Descriptive statistics were performed to describe and summarize the data. The corresponding frequency, percent distribution, mean and standard deviation were reported (Table 2). Bivariate analysis was performed. A P value < .05 was considered statistically significant.

To account for baseline differences between groups, ANCOVA using general linear model approach was performed with a within subject’s factor time and between subject’s factor group to evaluate the interaction of time by group. Adjustments were also made for age and gender. Such an analysis allows for the dynamic or autoregressive nature of the data and overcomes limitations in the assumptions underlying the univariate models. All analyses were conducted using SAS 9.4.

Results

Demographics of the 4 groups are presented in Table 1. The sample size of groups ranged 57-388, with a total of 792. A majority was female in all intervention groups (71.2-80.7%). The mean age ranged 47.0–55.8 years. Analysis of variance of age between groups yields a greater variance of age of DIS that is statistically significant. Variance of gender between groups was not statistically significant (chi-square, P = .25).
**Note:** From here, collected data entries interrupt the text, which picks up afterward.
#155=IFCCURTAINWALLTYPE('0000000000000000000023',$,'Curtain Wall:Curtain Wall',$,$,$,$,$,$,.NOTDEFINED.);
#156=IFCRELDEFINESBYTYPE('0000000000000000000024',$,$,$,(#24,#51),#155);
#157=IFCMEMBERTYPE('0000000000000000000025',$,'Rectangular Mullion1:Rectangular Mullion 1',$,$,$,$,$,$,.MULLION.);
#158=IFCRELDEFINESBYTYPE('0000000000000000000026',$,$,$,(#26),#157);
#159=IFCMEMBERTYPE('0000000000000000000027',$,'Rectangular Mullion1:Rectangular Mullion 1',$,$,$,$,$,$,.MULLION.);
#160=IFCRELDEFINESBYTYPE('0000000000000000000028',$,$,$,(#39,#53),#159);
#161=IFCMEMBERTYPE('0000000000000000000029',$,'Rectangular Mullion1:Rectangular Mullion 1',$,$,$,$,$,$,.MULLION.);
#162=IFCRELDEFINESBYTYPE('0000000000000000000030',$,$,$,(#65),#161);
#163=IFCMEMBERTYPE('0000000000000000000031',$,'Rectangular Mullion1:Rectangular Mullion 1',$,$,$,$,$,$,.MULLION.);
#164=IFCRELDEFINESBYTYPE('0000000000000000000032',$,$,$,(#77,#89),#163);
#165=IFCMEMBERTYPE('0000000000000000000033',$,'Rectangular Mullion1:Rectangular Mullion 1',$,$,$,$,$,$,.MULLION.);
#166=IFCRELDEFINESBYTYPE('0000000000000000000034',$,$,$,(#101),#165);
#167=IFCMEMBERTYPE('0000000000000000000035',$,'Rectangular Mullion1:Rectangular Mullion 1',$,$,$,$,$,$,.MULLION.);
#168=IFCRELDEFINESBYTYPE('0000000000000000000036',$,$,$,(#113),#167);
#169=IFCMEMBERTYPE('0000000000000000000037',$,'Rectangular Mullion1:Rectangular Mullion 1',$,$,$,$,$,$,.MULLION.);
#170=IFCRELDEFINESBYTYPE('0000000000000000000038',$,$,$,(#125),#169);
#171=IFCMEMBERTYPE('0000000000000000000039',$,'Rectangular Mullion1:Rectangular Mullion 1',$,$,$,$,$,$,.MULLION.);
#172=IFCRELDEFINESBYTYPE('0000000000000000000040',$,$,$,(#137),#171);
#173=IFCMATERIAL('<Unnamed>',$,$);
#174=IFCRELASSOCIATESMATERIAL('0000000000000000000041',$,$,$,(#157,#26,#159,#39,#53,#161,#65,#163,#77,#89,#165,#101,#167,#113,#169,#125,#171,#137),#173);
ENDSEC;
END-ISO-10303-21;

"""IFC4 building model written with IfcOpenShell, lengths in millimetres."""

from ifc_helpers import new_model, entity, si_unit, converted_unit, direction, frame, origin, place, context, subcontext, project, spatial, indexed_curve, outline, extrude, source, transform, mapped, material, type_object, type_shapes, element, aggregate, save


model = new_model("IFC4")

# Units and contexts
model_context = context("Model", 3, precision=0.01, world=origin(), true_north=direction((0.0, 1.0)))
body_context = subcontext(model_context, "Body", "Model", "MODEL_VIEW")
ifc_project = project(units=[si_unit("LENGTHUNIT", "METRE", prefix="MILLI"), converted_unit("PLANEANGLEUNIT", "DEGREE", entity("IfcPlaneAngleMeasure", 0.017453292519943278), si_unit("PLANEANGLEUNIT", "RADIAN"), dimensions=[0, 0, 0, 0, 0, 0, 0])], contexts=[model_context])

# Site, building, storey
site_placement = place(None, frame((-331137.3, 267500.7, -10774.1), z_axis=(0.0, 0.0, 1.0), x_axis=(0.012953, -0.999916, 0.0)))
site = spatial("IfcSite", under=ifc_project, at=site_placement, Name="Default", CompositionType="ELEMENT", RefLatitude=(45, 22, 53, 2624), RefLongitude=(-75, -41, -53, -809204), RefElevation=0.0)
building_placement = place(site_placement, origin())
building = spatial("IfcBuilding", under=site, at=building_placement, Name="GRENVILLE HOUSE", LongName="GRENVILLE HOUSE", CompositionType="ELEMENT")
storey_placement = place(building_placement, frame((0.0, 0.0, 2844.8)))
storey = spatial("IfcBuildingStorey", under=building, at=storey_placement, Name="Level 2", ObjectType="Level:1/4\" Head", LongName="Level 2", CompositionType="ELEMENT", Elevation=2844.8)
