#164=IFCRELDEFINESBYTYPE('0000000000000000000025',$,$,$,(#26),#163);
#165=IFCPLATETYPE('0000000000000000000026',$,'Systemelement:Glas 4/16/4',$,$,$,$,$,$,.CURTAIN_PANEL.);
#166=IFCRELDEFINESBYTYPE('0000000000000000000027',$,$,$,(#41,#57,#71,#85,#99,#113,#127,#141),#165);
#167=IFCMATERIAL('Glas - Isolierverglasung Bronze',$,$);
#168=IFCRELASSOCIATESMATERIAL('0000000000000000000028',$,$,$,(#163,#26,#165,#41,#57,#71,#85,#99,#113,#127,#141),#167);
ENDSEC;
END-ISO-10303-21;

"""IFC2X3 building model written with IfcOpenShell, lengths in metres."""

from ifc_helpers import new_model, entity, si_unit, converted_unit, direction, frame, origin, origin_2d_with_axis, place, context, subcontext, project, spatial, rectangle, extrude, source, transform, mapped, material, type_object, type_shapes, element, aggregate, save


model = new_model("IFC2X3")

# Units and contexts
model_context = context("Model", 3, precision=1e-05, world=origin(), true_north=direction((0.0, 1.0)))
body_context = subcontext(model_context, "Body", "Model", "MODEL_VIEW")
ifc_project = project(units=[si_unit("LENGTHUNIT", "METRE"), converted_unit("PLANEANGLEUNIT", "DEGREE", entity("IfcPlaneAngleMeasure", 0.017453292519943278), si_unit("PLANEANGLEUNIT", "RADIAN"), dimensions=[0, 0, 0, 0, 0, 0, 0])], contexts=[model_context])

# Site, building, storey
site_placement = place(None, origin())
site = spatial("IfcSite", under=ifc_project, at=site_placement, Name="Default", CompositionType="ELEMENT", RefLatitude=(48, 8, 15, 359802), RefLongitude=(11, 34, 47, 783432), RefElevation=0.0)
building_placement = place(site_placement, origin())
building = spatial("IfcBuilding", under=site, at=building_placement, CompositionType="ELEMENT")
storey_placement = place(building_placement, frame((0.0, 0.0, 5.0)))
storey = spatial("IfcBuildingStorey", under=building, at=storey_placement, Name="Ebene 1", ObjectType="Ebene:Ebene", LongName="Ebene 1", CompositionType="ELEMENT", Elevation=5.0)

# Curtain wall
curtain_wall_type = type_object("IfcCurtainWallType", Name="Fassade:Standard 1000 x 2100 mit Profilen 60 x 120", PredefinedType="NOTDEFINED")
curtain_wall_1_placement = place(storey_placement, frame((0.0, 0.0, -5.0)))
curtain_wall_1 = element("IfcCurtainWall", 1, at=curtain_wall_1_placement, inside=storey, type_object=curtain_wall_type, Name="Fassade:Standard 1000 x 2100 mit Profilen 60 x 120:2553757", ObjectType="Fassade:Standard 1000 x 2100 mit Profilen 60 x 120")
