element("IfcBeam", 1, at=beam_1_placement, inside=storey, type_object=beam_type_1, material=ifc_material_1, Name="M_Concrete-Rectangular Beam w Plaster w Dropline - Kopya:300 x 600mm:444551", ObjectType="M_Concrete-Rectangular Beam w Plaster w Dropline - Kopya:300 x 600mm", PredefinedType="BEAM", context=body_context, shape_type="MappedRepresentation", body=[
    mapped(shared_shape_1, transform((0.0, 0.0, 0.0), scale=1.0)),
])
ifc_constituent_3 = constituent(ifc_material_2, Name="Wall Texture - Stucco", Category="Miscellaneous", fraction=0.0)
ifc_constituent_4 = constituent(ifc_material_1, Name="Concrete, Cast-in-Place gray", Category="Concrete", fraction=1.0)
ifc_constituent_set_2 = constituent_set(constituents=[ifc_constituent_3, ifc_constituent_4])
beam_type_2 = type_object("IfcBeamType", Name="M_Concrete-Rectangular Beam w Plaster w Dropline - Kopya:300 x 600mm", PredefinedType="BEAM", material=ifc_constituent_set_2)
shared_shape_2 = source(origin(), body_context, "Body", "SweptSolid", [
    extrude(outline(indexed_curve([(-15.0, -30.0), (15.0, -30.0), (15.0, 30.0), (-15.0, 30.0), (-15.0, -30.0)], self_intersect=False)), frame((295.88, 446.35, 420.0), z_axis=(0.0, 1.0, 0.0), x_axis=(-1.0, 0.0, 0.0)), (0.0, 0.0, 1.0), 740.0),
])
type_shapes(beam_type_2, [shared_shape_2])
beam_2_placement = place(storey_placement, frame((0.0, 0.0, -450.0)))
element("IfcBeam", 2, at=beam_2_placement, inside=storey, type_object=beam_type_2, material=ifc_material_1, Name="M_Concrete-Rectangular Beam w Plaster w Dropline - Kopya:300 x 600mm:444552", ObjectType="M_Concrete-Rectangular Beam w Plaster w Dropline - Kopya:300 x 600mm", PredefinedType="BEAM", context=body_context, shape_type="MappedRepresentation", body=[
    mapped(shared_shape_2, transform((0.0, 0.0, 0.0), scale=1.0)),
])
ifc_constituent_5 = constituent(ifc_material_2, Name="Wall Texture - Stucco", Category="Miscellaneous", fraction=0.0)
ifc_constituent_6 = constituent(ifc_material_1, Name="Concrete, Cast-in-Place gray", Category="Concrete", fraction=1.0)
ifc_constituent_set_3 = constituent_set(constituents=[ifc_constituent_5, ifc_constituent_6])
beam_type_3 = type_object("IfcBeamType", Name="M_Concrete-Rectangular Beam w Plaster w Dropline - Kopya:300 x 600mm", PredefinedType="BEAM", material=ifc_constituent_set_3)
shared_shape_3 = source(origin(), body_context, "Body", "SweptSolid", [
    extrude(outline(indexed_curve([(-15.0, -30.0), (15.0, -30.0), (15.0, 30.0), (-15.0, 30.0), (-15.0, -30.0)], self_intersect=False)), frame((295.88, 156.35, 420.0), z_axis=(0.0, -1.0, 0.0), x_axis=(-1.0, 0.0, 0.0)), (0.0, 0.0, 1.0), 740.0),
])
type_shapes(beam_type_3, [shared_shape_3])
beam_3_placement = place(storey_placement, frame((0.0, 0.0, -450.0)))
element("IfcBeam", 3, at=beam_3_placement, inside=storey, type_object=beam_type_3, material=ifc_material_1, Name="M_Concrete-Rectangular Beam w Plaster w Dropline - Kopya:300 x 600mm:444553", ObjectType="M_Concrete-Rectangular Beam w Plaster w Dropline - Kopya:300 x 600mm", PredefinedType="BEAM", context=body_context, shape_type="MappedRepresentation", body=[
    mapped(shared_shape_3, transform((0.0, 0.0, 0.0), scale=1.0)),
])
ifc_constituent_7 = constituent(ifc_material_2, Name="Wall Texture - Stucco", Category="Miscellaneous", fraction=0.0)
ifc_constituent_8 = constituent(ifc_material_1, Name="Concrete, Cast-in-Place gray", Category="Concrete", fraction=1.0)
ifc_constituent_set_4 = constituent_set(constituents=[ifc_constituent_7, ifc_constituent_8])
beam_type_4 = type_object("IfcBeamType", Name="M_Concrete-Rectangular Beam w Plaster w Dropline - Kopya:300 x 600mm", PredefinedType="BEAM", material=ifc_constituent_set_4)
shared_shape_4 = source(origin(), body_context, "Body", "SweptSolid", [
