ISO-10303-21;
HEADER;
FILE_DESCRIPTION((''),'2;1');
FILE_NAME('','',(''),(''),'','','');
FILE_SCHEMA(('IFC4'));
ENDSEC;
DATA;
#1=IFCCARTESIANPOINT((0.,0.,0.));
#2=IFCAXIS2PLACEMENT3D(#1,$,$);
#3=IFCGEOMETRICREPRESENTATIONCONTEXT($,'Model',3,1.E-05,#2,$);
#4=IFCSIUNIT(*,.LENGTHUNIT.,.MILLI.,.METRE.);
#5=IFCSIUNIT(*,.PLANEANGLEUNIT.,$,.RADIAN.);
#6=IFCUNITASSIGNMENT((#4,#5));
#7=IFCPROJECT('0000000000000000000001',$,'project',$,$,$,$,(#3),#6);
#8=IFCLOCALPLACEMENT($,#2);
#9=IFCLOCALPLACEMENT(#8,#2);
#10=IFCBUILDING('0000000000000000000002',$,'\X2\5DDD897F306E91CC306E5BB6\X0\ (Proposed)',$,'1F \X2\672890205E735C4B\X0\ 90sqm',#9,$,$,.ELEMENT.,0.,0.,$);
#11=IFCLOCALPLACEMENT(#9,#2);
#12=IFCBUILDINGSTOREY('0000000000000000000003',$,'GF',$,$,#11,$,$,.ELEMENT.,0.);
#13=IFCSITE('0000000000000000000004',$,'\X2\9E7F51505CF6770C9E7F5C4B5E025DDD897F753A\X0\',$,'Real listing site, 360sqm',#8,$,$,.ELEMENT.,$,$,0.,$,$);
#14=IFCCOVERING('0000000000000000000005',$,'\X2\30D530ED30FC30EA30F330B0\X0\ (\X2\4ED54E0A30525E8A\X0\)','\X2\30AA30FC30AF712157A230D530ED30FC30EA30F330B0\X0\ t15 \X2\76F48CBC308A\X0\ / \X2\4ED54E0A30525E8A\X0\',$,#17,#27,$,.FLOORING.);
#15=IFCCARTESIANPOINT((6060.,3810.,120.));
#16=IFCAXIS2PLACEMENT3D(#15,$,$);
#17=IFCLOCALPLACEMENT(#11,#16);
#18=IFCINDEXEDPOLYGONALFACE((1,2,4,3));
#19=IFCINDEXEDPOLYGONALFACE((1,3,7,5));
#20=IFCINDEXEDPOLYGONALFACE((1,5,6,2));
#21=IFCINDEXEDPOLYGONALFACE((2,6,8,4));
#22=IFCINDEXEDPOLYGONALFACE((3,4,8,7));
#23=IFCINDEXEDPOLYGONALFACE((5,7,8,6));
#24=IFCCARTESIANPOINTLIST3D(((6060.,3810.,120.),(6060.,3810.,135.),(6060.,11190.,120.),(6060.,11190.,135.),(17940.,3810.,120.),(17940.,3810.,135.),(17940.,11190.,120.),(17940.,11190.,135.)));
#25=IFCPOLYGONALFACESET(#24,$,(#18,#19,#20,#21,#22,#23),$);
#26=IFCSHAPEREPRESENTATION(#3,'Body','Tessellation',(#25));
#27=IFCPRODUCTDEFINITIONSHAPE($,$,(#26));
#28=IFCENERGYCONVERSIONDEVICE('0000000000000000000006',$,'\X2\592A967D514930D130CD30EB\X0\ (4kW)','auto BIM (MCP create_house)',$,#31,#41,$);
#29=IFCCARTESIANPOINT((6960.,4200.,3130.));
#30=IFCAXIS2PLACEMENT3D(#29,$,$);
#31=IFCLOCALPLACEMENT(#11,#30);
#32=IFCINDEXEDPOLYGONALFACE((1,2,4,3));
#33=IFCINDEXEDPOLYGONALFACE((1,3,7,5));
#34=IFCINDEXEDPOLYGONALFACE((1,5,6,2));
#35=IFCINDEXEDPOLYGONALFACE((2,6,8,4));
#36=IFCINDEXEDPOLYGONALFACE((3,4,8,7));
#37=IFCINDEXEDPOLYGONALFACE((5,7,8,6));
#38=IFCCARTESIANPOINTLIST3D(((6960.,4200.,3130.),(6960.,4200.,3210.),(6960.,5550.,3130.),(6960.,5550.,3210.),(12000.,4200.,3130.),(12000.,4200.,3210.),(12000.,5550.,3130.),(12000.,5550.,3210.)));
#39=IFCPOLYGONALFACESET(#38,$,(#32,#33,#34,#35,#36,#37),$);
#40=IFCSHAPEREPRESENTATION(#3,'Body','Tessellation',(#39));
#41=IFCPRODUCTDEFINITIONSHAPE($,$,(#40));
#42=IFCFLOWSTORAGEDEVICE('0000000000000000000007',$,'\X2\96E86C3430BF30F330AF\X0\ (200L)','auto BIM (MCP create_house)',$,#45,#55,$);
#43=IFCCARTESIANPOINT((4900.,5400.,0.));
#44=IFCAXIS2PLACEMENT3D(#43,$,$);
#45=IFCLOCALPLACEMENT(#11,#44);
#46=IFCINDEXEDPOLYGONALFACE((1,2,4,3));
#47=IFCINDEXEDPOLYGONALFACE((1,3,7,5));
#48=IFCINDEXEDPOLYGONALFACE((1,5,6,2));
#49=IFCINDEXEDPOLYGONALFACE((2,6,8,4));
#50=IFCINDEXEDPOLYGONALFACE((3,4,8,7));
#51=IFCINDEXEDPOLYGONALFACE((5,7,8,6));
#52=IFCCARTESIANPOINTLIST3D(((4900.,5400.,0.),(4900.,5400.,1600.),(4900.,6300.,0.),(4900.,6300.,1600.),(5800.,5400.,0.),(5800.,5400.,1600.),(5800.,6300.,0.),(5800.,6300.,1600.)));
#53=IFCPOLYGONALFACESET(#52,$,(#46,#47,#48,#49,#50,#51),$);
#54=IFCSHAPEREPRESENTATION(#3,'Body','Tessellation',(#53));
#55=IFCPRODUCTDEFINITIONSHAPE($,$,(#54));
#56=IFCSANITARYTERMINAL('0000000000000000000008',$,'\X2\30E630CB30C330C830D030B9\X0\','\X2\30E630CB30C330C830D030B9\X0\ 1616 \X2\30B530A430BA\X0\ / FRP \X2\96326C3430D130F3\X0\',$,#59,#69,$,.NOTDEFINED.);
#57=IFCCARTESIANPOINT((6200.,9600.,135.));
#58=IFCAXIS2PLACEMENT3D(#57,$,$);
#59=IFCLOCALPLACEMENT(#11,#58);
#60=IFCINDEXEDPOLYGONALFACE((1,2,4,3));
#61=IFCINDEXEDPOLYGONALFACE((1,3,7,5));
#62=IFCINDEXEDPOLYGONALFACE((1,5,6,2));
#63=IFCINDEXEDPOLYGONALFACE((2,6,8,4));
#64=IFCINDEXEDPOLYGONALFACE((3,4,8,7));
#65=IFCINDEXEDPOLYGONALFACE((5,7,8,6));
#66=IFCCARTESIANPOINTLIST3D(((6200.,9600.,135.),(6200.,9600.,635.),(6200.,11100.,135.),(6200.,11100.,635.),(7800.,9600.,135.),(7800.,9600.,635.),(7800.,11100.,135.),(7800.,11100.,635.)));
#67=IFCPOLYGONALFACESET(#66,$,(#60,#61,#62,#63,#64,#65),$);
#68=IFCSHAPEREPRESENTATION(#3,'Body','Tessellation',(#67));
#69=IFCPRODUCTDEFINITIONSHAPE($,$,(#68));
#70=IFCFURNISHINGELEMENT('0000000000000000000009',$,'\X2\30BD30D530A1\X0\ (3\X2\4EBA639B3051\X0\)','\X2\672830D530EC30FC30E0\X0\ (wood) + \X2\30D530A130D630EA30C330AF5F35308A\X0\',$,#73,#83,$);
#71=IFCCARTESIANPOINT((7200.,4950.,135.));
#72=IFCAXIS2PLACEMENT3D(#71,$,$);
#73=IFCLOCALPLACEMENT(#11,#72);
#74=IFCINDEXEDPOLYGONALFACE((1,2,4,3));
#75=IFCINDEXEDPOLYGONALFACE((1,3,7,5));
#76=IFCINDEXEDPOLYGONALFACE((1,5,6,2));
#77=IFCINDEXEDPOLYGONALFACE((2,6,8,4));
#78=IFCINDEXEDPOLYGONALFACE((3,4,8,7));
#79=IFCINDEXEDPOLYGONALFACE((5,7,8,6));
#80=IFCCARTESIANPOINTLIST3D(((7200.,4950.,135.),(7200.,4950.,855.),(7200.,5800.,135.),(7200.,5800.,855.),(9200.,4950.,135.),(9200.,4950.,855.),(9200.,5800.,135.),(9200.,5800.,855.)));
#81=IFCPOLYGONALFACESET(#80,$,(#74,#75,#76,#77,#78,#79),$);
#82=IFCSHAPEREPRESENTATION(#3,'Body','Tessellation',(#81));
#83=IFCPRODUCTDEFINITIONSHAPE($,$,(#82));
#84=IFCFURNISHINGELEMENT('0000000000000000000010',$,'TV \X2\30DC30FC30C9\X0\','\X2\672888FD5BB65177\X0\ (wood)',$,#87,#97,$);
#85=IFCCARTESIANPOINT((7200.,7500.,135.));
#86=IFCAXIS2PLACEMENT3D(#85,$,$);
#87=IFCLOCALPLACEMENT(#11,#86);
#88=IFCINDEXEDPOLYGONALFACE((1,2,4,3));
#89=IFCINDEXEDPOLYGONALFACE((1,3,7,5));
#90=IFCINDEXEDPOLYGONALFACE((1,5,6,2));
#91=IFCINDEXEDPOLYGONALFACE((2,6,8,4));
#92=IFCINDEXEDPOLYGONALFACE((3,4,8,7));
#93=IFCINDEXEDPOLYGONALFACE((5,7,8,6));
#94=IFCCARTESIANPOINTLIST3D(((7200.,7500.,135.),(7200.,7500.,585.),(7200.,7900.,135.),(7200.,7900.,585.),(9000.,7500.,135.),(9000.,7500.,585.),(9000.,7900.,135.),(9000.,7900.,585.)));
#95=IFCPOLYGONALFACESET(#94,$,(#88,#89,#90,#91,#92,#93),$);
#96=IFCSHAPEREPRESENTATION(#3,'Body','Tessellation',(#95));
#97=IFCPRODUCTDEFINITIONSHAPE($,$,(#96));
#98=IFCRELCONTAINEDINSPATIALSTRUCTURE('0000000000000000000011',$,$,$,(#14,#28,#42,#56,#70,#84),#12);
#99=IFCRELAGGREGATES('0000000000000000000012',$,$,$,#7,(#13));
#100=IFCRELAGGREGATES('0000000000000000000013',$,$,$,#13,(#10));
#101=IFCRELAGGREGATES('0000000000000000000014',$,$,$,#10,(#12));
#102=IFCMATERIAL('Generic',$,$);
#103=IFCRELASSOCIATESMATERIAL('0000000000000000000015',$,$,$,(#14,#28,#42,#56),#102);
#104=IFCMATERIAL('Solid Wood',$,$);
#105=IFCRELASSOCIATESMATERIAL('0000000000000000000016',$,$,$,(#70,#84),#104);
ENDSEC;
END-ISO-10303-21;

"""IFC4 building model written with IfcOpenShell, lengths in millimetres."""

from ifc_helpers import new_model, si_unit, frame, frame_2d, origin, place, context, project, spatial, rectangle, extrude, material, element, save


model = new_model("IFC4")

# Units and contexts
model_context = context("Model", 3, precision=1e-05, world=origin())
ifc_project = project(units=[si_unit("LENGTHUNIT", "METRE", prefix="MILLI"), si_unit("PLANEANGLEUNIT", "RADIAN")], contexts=[model_context])

# Site, building, storey
site_placement = place(None, origin())
site = spatial("IfcSite", under=ifc_project, at=site_placement, Name="鹿児島県鹿屋市川西町", ObjectType="Real listing site, 360sqm", CompositionType="ELEMENT", RefElevation=0.0)
building_placement = place(site_placement, origin())
building = spatial("IfcBuilding", under=site, at=building_placement, Name="川西の里の家 (Proposed)", ObjectType="1F 木造平屋 90sqm", CompositionType="ELEMENT", ElevationOfRefHeight=0.0, ElevationOfTerrain=0.0)
storey_placement = place(building_placement, origin())
storey = spatial("IfcBuildingStorey", under=building, at=storey_placement, Name="GF", CompositionType="ELEMENT", Elevation=0.0)

# Shared definitions
ifc_material_1 = material(Name="Solid Wood")

# Covering
ifc_material_2 = material(Name="Generic")
covering_placement = place(storey_placement, frame((6060.0, 3810.0, 120.0)))
element("IfcCovering", 1, at=covering_placement, inside=storey, material=ifc_material_2, Name="フローリング (仕上げ床)", Description="オーク無垢フローリング t15 直貼り / 仕上げ床", PredefinedType="FLOORING", context=model_context, shape_type="SweptSolid", body=[
    extrude(rectangle(XDim=11880.0, YDim=7380.0, at=frame_2d((5940.0, 3690.0))), frame((6060.0, 3810.0, 120.0)), (0.0, 0.0, 1.0), 15.0),
])

# Energy conversion device
energy_conversion_device_placement = place(storey_placement, frame((6960.0, 4200.0, 3130.0)))
element("IfcEnergyConversionDevice", 2, at=energy_conversion_device_placement, inside=storey, material=ifc_material_2, Name="太陽光パネル (4kW)", Description="auto BIM (MCP create_house)", context=model_context, shape_type="SweptSolid", body=[
    extrude(rectangle(XDim=5040.0, YDim=1350.0, at=frame_2d((2520.0, 675.0))), frame((6960.0, 4200.0, 3130.0)), (0.0, 0.0, 1.0), 80.0),
])

# Flow storage device
flow_storage_device_placement = place(storey_placement, frame((4900.0, 5400.0, 0.0)))
element("IfcFlowStorageDevice", 3, at=flow_storage_device_placement, inside=storey, material=ifc_material_2, Name="雨水タンク (200L)", Description="auto BIM (MCP create_house)", context=model_context, shape_type="SweptSolid", body=[
    extrude(rectangle(XDim=900.0, YDim=900.0, at=frame_2d((450.0, 450.0))), frame((4900.0, 5400.0, 0.0)), (0.0, 0.0, 1.0), 1600.0),
])

# Sanitary terminal
sanitary_terminal_placement = place(storey_placement, frame((6200.0, 9600.0, 135.0)))
element("IfcSanitaryTerminal", 4, at=sanitary_terminal_placement, inside=storey, material=ifc_material_2, Name="ユニットバス", Description="ユニットバス 1616 サイズ / FRP 防水パン", PredefinedType="NOTDEFINED", context=model_context, shape_type="SweptSolid", body=[
    extrude(rectangle(XDim=1600.0, YDim=1500.0, at=frame_2d((800.0, 750.0))), frame((6200.0, 9600.0, 135.0)), (0.0, 0.0, 1.0), 500.0),
])

# Furnishing elements
furnishing_1_placement = place(storey_placement, frame((7200.0, 4950.0, 135.0)))
element("IfcFurnishingElement", 5, at=furnishing_1_placement, inside=storey, material=ifc_material_1, Name="ソファ (3人掛け)", Description="木フレーム (wood) + ファブリック張り", context=model_context, shape_type="SweptSolid", body=[
    extrude(rectangle(XDim=2000.0, YDim=850.0, at=frame_2d((1000.0, 425.0))), frame((7200.0, 4950.0, 135.0)), (0.0, 0.0, 1.0), 720.0),
])
furnishing_2_placement = place(storey_placement, frame((7200.0, 7500.0, 135.0)))
element("IfcFurnishingElement", 6, at=furnishing_2_placement, inside=storey, material=ifc_material_1, Name="TV ボード", Description="木製家具 (wood)", context=model_context, shape_type="SweptSolid", body=[
    extrude(rectangle(XDim=1800.0, YDim=400.0, at=frame_2d((900.0, 200.0))), frame((7200.0, 7500.0, 135.0)), (0.0, 0.0, 1.0), 450.0),
])

save(model, "model.ifc")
There was no statistical difference between the four groups based on mean age or gender.

Table 1.

Participant Demographics.

Method	# Participants	Male (%)	Female (%)	Mean Age in years	Age Range in years
DIS	278	80 (28.8)	198 (71.2)	55.8	24-82
VIS	388	89 (22.9)	299 (77.1)	49.9	17-82
VIA	69	16 (23.2)	53 (76.8)	47.0	27-84
VVA	57	11 (19.3)	46 (80.7)	50.2	25-72
Total	792	196 (24.7)	596 (75.3)	51.5	17-84

All methods of delivery showed significant changes in biomarkers measured over time except for TG and SBP in VIA, TG in VVA and DBP in VIS (Table 2).

Table 2.

Mean (±standard deviation) change in study variables across time among the study groups. Column 5 demonstrates the P value of variable change within the delivery method.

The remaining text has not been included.